Besides, if your python version is below 2.6, try to use “import simplejson as json” instead. You might need to “pip install simplejson” in the terminal before importing it in python.

#stemaway-star

Thank you for the response Xianbo! I am using python 3. So does that mean I don’t need the “import simplejson as json”? And I changed my file name to demo.py instead in order to not overlap with the written code. But this new weird error popped up…Do you know how I can fix it? Thank you. Screeyon Shot 2020-05-21 at 12.25.44 PM

Can you try to set the error parameter in open() to ‘ignore’? And set the encoding to ‘utf-8’? Meaning change line 3 to:
with open(’/Users/kittyguz/Desktop/2032.webarchive’,
encoding=“utf8”, errors=‘ignore’)) as json_file:

After that, compare the data variable with the actual contents of that file you are trying to open. You might be missing a few characters that could be causing the UnicodeDecodeError.

Thanks for the reply Maleeha! I am quite new to web crawling and such so I am still pretty confused with you last statement about " comparing the data variable with the actual contents of the file." Do you mean that I might need to change “data” into something else based on the content of the file that I am trying to open? Here I just included a screenshot of the file(white background), my changed code and the new error message. I googled a bit about this new error, but I did not seem to understand it. Would you explain a bot more? Thank you!

Python3 has the package json so yeah you don’t need. The reason was just because you have a file called json.py.
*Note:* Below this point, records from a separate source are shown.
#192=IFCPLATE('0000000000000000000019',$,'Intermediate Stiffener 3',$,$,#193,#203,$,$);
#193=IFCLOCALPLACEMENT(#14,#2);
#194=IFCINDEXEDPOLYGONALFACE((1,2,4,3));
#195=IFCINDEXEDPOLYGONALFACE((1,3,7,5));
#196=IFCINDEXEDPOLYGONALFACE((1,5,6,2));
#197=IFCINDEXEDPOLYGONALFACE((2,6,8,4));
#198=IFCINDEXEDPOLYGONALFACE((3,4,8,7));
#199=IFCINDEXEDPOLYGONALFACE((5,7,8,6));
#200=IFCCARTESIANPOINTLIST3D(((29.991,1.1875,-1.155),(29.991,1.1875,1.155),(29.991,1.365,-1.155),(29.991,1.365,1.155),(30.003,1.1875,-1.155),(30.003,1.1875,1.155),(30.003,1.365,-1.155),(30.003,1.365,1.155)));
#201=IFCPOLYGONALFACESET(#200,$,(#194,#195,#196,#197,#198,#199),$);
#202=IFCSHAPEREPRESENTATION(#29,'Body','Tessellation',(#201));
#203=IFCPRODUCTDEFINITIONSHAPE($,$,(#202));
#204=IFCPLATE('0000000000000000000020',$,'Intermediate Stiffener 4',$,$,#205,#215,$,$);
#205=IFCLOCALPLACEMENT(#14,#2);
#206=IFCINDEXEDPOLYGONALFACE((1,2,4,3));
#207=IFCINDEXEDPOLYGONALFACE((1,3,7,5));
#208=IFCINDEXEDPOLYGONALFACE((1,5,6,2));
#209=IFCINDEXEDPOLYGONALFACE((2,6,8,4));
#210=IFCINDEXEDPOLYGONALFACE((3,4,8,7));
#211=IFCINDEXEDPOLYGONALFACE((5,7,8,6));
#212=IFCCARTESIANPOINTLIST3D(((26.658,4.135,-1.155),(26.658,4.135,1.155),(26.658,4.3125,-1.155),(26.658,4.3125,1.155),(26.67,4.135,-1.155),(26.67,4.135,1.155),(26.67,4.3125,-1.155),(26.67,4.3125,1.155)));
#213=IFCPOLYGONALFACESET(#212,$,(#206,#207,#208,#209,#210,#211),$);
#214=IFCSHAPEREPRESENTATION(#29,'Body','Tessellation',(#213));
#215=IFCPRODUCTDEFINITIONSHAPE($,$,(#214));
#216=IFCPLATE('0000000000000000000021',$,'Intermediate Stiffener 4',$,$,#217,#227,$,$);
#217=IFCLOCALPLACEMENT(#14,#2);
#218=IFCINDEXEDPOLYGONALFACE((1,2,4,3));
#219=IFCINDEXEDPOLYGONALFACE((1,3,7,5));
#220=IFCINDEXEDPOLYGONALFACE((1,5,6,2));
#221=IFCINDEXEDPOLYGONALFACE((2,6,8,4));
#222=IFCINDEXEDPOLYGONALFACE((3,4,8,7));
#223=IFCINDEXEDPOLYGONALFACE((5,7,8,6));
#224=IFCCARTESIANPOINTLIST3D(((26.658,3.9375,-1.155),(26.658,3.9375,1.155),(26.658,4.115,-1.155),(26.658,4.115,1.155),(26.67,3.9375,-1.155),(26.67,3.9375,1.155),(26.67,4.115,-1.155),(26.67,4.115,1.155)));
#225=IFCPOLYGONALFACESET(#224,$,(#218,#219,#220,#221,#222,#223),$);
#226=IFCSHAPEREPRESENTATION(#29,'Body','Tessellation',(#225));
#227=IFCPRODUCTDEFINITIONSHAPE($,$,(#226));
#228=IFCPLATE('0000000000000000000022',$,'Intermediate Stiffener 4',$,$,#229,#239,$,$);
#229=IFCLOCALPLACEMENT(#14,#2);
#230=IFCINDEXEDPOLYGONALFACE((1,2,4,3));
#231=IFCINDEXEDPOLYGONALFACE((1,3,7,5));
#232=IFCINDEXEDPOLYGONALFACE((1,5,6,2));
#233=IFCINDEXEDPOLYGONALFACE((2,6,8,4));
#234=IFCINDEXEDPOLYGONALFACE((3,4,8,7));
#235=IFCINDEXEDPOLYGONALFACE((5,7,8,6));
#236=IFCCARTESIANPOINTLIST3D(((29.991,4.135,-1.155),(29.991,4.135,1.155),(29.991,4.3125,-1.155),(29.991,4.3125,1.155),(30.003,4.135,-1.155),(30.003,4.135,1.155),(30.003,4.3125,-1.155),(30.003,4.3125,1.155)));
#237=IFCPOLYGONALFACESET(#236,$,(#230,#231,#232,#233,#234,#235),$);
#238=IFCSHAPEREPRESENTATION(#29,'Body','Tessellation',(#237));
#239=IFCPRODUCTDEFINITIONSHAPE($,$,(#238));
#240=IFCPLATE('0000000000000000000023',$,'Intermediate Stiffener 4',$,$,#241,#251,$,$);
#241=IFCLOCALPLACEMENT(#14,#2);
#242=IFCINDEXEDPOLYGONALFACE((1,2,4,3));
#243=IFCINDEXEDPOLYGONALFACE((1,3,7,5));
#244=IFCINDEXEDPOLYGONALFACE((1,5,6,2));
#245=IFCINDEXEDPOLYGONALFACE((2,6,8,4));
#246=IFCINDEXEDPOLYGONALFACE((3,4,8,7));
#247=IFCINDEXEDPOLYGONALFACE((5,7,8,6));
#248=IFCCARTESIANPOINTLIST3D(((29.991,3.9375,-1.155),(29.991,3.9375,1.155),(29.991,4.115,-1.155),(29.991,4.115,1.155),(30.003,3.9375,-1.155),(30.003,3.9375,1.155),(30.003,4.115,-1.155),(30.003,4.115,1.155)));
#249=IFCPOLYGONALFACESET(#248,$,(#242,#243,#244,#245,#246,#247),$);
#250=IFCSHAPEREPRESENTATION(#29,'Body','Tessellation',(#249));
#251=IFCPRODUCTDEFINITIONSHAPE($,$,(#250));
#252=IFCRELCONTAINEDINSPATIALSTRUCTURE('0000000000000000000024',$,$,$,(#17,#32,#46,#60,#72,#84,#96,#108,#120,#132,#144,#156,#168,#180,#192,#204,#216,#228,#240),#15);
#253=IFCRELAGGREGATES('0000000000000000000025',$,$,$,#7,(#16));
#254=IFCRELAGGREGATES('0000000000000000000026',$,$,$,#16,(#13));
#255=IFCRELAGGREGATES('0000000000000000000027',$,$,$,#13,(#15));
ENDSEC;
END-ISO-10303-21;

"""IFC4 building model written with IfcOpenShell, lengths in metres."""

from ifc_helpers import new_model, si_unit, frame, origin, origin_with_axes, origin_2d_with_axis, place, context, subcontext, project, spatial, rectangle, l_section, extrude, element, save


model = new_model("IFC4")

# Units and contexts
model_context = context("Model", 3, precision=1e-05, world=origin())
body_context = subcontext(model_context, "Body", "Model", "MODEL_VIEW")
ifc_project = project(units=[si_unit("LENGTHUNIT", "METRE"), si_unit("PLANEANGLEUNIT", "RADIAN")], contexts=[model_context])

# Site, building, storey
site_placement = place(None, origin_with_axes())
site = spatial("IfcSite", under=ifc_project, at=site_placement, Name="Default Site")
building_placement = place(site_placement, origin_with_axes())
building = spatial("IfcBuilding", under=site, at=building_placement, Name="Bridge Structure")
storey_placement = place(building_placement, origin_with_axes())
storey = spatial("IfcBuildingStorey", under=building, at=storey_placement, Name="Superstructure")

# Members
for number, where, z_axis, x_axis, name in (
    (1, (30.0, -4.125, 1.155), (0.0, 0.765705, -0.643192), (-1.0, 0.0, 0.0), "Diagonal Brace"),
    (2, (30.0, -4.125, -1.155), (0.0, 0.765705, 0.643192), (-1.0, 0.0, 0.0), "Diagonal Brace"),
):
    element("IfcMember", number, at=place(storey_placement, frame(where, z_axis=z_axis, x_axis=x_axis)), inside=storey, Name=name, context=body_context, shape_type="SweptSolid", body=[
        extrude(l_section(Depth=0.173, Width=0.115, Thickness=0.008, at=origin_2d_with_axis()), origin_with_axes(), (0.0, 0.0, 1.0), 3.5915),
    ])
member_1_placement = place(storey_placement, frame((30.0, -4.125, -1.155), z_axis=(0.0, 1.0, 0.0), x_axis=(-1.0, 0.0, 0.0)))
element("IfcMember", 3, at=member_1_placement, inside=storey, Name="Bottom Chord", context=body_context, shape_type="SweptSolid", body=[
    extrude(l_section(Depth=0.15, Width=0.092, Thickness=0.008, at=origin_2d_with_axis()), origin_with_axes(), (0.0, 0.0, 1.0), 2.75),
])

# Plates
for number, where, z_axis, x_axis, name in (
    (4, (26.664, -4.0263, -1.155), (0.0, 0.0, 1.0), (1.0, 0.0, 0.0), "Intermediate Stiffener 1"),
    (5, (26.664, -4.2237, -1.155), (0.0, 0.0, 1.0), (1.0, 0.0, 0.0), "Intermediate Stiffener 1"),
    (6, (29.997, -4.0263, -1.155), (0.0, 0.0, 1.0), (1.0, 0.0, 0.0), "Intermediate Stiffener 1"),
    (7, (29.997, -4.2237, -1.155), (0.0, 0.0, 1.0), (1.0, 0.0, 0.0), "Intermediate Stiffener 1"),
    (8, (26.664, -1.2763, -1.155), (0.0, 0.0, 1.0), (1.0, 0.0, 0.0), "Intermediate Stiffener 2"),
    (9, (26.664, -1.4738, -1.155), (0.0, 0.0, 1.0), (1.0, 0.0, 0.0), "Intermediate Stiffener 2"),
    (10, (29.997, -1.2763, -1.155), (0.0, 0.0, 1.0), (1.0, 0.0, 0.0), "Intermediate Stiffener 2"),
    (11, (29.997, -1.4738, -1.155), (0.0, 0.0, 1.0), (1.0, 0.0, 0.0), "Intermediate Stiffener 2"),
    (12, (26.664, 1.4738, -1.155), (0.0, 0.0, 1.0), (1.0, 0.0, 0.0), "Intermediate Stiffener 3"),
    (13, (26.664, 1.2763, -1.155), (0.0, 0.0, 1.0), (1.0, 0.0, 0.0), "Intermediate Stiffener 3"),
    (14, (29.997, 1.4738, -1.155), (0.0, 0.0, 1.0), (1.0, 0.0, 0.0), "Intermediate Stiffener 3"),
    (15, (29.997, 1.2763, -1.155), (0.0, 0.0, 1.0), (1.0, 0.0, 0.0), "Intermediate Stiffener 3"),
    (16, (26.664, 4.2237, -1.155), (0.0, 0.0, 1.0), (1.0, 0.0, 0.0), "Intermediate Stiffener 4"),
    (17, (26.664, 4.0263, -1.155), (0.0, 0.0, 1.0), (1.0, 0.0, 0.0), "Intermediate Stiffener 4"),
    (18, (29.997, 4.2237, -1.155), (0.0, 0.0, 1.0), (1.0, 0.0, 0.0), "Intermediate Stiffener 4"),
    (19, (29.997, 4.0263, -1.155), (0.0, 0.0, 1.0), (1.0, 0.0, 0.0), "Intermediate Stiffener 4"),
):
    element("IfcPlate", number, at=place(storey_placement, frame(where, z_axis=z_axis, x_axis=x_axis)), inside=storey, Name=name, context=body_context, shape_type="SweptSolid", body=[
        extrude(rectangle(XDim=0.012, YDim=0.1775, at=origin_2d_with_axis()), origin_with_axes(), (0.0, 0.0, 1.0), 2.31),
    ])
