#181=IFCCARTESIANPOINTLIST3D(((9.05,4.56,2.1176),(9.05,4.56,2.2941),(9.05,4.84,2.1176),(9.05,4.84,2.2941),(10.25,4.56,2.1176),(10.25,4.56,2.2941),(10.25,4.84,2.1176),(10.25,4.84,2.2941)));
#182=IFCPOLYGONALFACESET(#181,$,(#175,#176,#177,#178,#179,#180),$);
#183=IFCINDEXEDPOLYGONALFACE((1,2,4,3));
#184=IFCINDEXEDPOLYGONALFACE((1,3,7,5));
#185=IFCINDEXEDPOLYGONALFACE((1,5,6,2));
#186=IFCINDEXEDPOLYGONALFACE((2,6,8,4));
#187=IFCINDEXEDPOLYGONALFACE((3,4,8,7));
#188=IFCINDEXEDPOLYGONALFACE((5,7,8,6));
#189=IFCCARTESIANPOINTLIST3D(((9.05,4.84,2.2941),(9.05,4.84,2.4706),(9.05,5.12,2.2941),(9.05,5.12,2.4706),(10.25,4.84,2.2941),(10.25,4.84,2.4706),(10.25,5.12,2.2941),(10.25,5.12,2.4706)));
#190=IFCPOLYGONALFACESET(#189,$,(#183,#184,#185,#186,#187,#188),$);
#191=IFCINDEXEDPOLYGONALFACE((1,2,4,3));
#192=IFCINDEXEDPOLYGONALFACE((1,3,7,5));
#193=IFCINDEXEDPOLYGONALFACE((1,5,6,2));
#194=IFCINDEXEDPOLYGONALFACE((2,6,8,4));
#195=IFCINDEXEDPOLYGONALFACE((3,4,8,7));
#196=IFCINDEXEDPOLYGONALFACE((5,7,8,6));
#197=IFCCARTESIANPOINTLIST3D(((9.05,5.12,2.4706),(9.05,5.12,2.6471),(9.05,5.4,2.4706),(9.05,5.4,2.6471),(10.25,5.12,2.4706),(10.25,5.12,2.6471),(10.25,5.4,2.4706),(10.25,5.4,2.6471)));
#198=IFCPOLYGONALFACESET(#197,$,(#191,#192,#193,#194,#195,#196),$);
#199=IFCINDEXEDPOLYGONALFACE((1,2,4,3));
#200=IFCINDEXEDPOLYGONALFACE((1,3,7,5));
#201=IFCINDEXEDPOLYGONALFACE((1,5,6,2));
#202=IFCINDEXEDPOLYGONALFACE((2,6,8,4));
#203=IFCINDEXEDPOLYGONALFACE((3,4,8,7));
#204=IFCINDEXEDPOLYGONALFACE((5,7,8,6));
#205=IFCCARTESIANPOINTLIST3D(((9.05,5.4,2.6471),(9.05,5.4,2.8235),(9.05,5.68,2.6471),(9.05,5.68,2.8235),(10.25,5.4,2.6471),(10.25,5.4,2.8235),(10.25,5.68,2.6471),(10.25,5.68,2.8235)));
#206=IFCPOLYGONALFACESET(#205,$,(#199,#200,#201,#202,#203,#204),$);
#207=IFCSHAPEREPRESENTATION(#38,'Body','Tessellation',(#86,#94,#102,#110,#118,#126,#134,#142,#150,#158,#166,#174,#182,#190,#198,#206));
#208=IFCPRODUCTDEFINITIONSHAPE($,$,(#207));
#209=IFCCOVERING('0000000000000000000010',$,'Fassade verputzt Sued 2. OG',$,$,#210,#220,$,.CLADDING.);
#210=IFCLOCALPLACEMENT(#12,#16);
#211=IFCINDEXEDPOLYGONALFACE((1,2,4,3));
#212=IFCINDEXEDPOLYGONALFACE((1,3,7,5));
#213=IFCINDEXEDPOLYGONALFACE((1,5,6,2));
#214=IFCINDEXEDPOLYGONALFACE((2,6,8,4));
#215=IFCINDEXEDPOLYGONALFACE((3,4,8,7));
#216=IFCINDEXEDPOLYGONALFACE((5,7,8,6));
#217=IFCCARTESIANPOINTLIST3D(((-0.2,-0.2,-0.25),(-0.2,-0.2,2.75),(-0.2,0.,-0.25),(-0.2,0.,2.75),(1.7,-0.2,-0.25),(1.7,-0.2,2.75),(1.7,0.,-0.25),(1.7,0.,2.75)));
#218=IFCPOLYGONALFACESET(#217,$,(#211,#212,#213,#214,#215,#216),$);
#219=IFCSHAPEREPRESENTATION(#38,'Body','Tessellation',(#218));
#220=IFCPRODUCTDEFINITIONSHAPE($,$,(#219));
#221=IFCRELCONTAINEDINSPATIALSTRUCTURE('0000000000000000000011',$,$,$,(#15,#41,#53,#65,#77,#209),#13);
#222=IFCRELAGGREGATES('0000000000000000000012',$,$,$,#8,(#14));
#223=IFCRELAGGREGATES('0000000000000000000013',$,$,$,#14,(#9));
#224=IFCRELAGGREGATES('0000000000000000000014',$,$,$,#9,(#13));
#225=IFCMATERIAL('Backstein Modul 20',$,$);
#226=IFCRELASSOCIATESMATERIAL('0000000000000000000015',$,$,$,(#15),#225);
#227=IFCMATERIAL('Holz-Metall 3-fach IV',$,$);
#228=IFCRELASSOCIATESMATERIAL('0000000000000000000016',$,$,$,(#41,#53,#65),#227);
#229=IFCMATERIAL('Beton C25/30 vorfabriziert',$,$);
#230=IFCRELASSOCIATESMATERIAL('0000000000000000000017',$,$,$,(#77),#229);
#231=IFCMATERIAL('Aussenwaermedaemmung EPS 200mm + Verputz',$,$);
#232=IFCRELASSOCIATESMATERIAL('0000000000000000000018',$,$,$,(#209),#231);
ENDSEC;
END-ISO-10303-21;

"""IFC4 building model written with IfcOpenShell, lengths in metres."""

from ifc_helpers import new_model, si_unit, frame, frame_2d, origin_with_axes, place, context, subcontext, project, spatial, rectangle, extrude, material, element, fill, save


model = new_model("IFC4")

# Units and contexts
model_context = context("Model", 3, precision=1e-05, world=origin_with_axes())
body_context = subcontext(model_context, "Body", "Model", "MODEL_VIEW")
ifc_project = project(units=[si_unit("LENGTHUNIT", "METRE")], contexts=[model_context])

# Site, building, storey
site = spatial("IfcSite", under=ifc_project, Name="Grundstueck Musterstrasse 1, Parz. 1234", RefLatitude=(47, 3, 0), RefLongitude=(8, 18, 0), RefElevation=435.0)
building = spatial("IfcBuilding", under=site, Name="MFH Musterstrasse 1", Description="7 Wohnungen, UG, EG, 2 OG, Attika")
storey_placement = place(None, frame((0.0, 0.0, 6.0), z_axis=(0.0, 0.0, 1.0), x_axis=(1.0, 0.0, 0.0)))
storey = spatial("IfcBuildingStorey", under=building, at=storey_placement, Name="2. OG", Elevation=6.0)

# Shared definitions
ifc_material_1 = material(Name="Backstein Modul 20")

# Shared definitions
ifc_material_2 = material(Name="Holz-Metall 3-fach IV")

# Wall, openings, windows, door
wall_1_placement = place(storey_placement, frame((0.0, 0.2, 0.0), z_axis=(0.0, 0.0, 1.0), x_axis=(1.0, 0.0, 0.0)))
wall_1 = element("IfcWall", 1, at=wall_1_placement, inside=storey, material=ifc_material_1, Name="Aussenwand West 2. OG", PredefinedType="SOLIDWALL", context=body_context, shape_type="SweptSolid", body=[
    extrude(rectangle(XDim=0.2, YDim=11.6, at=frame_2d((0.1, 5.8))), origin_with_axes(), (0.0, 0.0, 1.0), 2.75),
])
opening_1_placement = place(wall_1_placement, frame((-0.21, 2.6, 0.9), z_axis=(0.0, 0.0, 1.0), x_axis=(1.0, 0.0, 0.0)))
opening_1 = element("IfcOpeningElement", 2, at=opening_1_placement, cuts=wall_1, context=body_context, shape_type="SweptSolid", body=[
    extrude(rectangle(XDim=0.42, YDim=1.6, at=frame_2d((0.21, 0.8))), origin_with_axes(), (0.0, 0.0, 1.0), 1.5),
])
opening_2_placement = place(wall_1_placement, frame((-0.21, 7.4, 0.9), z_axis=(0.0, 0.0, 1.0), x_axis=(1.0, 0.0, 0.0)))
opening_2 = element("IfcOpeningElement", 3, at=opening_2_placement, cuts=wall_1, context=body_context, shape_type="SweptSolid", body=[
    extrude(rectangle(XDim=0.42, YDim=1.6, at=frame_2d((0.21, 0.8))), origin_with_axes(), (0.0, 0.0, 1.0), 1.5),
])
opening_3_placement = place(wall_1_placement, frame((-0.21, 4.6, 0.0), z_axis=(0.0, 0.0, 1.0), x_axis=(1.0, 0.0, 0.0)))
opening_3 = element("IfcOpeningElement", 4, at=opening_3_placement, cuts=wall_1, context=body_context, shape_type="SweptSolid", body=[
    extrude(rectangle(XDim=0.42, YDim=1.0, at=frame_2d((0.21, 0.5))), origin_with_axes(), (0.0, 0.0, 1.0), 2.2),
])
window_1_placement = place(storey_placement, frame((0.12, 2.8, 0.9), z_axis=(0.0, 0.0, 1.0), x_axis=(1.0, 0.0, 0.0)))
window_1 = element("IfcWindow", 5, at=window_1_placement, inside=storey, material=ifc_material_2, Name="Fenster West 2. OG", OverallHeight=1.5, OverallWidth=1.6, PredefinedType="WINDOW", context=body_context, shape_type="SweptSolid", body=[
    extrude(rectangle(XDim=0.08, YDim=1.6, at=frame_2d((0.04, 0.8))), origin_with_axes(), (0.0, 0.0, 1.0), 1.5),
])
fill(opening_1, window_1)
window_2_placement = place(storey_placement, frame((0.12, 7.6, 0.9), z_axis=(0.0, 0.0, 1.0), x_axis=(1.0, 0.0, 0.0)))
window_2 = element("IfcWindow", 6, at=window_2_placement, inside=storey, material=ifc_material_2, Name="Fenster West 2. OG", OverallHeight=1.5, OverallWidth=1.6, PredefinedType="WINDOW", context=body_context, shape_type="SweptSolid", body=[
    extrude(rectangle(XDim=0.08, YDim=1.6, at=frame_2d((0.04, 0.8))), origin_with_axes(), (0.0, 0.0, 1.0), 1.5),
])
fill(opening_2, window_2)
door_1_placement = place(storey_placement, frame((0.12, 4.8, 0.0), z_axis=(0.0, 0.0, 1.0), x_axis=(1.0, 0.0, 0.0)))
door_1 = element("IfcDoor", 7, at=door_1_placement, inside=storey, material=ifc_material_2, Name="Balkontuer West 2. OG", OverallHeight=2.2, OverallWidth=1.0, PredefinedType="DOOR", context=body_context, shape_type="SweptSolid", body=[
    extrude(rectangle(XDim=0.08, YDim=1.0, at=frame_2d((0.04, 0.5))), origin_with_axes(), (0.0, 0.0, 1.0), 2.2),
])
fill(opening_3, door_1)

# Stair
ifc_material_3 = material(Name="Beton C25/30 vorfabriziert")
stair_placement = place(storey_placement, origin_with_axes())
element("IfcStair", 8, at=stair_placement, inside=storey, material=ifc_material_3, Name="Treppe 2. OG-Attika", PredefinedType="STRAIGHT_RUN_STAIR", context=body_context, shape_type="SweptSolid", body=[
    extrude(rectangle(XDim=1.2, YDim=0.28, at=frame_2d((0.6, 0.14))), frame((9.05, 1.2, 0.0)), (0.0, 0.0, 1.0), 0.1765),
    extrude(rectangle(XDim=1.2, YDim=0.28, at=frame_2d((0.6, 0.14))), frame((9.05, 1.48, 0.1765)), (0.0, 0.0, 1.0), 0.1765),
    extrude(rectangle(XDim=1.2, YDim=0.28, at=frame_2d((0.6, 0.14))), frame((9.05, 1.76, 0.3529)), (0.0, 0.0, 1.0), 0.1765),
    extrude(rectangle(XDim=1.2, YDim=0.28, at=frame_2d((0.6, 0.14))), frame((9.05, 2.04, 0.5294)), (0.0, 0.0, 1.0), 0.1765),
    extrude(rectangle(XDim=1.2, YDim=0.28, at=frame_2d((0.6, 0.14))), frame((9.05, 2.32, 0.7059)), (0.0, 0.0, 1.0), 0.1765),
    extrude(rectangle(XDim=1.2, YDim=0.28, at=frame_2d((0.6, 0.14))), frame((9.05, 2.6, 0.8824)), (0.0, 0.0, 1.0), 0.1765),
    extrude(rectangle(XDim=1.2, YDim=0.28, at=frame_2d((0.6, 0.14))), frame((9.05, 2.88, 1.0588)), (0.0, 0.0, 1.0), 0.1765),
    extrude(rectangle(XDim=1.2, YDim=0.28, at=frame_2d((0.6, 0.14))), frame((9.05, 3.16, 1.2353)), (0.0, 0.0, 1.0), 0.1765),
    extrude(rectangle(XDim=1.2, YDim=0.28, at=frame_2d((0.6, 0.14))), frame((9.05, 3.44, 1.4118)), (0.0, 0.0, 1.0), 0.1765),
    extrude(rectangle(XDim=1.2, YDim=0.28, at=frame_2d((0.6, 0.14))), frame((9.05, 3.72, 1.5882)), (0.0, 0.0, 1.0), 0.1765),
The error means that webarchive file is not in utf-8, since it’s a file type created by Apple. I don’t know how to encode it, so you could convert the type of file. You could install the webarchive package by “pip install pywebarchive” and then try the following codes to convert the webarchive file to html file(or xml if you want). You can install the package with “pip install pywebarchive”

import webarchive
archive = webarchive.open(“your_file_name.webarchive”)
archive.extract(‘new_file_name.html’)

Then you can read the content of html file by simple codes:

data = open(‘new_file_name.html’)
data.readline()#read one line of data

Thanks again of the detailed reply, Xianbo. The webarchive file I use is just a random one that I downloaded from a page of STEM-Away by typing “.json” after the url, and it says I can only download it with “.webarchive”. Would you explain what it is the point to install the pywebarcive? So the error is caused because the type of file is not in the right format/ in utf-8 so it cannot be read?
Sorry about the question bombing and thank you very much!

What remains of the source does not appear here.